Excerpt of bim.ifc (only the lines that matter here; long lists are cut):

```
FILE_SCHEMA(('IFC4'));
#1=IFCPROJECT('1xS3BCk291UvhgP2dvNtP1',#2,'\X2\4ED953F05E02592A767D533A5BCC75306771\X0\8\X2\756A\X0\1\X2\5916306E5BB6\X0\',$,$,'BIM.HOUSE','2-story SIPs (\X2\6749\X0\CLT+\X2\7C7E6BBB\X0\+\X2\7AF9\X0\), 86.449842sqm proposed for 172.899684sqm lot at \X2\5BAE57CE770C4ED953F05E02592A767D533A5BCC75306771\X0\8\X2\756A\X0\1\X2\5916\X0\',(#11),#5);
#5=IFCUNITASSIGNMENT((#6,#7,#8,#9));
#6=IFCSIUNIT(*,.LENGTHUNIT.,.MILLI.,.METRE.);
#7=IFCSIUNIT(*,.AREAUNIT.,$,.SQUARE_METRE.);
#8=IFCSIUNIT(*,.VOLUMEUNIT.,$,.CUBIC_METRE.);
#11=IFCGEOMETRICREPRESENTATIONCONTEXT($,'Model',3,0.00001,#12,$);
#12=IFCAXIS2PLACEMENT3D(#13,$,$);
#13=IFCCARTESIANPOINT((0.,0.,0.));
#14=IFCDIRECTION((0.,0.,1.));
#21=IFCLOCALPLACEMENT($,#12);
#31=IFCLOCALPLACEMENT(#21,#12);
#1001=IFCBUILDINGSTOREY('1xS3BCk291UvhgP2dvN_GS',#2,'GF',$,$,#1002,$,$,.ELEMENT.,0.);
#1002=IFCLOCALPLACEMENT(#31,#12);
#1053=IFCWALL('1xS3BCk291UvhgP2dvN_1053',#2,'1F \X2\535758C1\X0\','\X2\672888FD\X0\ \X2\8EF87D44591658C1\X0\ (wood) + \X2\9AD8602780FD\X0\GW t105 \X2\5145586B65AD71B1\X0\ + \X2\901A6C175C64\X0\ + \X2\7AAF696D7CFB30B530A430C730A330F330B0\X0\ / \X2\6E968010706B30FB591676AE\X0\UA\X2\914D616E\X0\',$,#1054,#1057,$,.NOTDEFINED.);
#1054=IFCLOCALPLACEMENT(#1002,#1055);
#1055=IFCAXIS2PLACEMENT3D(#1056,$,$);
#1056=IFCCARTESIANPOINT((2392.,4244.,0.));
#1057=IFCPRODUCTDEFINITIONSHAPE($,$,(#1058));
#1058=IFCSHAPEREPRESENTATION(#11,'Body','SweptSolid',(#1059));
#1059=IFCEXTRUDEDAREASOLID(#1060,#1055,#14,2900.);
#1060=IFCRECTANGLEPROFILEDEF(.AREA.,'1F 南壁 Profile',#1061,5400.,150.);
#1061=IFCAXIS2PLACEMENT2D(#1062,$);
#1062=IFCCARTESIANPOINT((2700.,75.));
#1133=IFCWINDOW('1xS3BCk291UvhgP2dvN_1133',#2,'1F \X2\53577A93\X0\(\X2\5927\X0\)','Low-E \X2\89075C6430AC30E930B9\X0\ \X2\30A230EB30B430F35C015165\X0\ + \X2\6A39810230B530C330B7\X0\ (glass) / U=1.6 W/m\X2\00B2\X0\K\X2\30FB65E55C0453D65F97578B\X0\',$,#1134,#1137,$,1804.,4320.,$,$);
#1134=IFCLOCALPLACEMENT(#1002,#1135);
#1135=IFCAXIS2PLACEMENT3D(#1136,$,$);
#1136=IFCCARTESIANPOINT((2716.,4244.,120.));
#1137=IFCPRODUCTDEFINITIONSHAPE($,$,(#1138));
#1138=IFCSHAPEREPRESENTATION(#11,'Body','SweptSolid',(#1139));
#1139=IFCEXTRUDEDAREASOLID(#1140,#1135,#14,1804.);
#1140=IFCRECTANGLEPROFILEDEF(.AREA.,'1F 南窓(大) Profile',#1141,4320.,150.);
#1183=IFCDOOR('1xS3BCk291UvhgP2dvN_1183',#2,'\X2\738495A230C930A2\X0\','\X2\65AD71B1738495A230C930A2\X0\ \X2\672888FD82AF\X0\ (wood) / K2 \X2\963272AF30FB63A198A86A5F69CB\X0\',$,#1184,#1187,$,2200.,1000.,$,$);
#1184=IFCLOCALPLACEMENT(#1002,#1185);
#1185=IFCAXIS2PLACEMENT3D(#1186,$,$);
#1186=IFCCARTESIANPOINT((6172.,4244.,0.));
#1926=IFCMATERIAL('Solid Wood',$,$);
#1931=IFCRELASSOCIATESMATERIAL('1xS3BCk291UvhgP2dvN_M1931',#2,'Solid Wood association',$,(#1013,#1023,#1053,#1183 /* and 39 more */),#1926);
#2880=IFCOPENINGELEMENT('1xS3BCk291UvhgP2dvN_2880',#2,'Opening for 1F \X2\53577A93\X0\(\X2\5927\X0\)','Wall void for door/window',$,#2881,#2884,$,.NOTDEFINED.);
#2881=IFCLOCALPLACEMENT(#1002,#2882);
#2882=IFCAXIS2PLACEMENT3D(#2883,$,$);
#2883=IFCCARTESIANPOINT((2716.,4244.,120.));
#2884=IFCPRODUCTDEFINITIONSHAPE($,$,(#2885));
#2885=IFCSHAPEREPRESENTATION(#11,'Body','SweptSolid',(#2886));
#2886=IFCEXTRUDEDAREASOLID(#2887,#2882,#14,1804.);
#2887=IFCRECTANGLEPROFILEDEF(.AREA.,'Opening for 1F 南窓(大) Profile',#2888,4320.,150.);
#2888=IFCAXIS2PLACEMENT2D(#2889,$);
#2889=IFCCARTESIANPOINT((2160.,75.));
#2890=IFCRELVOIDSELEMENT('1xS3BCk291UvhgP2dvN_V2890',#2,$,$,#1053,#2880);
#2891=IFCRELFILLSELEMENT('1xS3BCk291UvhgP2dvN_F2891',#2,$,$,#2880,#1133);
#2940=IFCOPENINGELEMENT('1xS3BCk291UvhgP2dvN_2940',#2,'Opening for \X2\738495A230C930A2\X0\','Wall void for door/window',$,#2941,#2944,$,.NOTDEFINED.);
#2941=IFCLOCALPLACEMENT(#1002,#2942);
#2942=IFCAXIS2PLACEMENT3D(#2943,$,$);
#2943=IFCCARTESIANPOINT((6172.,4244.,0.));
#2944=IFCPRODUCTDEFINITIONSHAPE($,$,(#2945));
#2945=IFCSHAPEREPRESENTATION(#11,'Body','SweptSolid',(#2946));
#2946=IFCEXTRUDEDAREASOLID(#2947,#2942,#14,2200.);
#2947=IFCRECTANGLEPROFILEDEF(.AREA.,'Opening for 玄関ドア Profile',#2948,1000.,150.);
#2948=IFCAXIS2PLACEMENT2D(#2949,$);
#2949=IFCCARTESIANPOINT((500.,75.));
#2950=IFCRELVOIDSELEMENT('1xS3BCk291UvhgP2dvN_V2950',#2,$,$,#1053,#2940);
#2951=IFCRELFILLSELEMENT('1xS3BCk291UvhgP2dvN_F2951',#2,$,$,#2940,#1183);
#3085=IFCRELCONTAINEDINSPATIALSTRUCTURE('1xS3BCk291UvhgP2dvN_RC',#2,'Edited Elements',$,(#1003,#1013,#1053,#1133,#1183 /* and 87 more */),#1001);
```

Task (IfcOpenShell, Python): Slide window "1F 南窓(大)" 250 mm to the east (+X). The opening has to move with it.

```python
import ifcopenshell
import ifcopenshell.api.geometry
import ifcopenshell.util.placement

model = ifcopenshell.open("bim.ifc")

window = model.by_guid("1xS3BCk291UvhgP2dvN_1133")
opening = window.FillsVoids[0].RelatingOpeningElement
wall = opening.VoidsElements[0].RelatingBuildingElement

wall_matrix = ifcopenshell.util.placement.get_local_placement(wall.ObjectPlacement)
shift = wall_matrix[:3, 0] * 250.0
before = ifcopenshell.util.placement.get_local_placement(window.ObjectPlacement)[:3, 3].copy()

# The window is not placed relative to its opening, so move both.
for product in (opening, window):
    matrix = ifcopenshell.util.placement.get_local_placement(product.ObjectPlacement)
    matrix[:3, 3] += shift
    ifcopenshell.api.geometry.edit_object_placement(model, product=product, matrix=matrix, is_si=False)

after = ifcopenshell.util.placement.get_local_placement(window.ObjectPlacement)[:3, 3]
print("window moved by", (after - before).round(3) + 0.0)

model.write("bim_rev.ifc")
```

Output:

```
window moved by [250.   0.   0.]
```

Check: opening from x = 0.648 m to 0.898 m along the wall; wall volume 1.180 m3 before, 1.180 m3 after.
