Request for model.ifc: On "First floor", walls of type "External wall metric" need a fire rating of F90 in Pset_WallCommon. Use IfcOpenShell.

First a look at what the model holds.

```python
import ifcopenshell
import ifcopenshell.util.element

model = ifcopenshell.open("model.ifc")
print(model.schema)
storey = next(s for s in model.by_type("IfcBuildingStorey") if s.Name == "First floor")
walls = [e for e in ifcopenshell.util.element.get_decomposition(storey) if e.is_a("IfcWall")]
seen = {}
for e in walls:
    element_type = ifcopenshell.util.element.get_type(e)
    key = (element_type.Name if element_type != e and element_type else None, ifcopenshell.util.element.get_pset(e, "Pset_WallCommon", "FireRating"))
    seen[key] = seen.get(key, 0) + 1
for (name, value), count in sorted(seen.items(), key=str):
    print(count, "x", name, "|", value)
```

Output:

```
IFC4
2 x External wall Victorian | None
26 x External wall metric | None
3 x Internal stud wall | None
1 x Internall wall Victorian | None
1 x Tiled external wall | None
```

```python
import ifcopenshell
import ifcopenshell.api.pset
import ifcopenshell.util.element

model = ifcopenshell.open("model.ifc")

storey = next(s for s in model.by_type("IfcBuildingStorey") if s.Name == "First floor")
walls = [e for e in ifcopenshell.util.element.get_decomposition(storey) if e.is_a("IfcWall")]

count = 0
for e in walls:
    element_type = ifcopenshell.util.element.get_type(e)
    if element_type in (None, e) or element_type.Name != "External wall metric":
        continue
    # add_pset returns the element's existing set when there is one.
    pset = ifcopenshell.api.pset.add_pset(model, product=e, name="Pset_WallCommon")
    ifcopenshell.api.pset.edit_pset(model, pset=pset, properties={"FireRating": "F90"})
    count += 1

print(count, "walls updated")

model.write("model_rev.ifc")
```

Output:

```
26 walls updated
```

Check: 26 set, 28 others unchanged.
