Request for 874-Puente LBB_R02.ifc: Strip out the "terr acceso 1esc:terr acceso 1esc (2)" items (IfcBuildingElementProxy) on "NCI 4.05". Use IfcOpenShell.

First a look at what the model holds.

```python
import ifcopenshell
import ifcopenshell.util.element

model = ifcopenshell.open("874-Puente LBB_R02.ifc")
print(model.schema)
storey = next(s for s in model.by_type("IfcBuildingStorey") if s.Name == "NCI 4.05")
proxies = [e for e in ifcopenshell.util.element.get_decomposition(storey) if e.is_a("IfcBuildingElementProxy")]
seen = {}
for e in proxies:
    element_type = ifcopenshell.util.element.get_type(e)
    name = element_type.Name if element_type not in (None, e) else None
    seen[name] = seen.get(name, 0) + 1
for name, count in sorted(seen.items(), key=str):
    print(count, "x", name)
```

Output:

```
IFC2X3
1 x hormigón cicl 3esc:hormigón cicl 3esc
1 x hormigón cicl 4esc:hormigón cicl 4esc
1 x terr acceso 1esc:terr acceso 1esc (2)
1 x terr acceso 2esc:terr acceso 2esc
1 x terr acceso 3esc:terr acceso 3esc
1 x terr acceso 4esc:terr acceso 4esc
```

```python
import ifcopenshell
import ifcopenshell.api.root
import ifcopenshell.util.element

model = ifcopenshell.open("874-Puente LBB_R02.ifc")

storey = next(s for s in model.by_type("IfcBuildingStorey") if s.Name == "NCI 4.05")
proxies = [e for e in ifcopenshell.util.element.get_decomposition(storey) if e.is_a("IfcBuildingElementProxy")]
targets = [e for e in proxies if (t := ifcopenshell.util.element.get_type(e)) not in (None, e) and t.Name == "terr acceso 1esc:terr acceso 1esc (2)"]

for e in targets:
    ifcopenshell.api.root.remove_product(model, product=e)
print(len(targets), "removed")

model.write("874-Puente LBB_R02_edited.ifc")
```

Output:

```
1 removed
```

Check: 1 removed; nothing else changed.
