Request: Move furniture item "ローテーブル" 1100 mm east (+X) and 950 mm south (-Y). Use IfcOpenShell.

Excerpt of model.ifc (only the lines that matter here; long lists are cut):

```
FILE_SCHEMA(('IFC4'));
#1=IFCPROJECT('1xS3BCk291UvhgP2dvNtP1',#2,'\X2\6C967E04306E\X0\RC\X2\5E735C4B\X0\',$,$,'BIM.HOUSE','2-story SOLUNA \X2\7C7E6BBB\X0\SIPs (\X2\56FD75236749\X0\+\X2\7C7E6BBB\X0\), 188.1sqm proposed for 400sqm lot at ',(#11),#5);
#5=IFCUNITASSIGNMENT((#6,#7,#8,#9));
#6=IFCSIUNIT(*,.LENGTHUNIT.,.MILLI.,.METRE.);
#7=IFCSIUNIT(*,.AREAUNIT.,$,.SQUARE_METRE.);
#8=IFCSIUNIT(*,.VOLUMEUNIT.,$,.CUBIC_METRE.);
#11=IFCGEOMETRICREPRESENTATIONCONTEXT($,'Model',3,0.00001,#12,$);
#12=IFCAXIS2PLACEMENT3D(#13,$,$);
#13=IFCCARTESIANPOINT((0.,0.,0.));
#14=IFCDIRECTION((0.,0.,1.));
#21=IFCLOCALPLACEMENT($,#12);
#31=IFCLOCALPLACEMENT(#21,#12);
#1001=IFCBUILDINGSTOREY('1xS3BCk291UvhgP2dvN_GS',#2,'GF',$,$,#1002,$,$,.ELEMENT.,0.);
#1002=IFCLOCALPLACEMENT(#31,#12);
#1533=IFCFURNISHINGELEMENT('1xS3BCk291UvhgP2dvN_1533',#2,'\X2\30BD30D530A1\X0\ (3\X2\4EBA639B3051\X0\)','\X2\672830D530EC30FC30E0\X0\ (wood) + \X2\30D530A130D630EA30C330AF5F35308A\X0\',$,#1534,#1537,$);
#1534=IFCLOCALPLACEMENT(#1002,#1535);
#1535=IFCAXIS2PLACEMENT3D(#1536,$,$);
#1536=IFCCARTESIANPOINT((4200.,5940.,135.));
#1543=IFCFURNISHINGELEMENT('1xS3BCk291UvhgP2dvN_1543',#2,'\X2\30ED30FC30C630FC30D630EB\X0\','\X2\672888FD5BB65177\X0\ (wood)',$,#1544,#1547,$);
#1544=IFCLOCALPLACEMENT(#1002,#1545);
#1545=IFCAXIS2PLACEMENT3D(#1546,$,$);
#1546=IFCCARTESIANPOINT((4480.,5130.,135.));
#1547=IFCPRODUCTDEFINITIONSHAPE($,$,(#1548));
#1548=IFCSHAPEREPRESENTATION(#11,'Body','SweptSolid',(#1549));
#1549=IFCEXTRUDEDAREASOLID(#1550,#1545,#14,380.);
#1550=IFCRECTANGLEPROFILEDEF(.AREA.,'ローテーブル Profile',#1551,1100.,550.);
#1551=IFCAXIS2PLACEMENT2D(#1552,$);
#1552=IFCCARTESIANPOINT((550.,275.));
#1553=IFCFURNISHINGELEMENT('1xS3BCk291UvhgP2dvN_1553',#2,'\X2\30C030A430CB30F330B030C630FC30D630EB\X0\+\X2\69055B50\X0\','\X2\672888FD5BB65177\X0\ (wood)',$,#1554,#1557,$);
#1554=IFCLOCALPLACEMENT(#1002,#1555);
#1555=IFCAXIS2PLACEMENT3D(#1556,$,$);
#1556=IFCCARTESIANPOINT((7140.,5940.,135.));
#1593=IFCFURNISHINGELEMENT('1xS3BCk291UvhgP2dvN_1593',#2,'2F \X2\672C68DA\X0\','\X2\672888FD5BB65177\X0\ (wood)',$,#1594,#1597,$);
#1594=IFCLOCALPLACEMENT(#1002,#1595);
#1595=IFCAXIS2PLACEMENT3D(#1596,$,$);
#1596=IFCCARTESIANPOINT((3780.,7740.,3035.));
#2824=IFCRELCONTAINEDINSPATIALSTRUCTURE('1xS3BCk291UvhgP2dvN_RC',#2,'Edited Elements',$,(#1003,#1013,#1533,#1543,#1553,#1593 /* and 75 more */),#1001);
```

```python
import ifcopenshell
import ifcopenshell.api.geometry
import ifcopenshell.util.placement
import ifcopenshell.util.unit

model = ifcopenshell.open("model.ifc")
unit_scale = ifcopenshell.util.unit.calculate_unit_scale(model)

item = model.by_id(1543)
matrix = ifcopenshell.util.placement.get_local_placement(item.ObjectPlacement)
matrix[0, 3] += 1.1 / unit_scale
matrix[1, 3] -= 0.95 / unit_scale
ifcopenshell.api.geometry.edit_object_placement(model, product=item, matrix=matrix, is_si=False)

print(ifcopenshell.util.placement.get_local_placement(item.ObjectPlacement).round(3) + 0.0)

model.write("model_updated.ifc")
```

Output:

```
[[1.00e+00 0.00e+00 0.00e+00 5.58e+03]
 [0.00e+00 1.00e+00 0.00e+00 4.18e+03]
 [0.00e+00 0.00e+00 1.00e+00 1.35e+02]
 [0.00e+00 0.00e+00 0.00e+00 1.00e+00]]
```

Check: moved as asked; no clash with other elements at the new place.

## [EXERCISE REQUIREMENTS]
When a line in the records above contains the word "IFCOPENINGELEMENT", copy it.

## [OUTPUT BELOW]
#2880=IFCOPENINGELEMENT('1xS3BCk291UvhgP2dvN_2880',#2,'Opening for 1F \X2\53577A93\X0\(\X2\5927\X0\)','Wall void for door/window',$,#2881,#2884,$,.NOTDEFINED.);
#2940=IFCOPENINGELEMENT('1xS3BCk291UvhgP2dvN_2940',#2,'Opening for \X2\738495A230C930A2\X0\','Wall void for door/window',$,#2941,#2944,$,.NOTDEFINED.);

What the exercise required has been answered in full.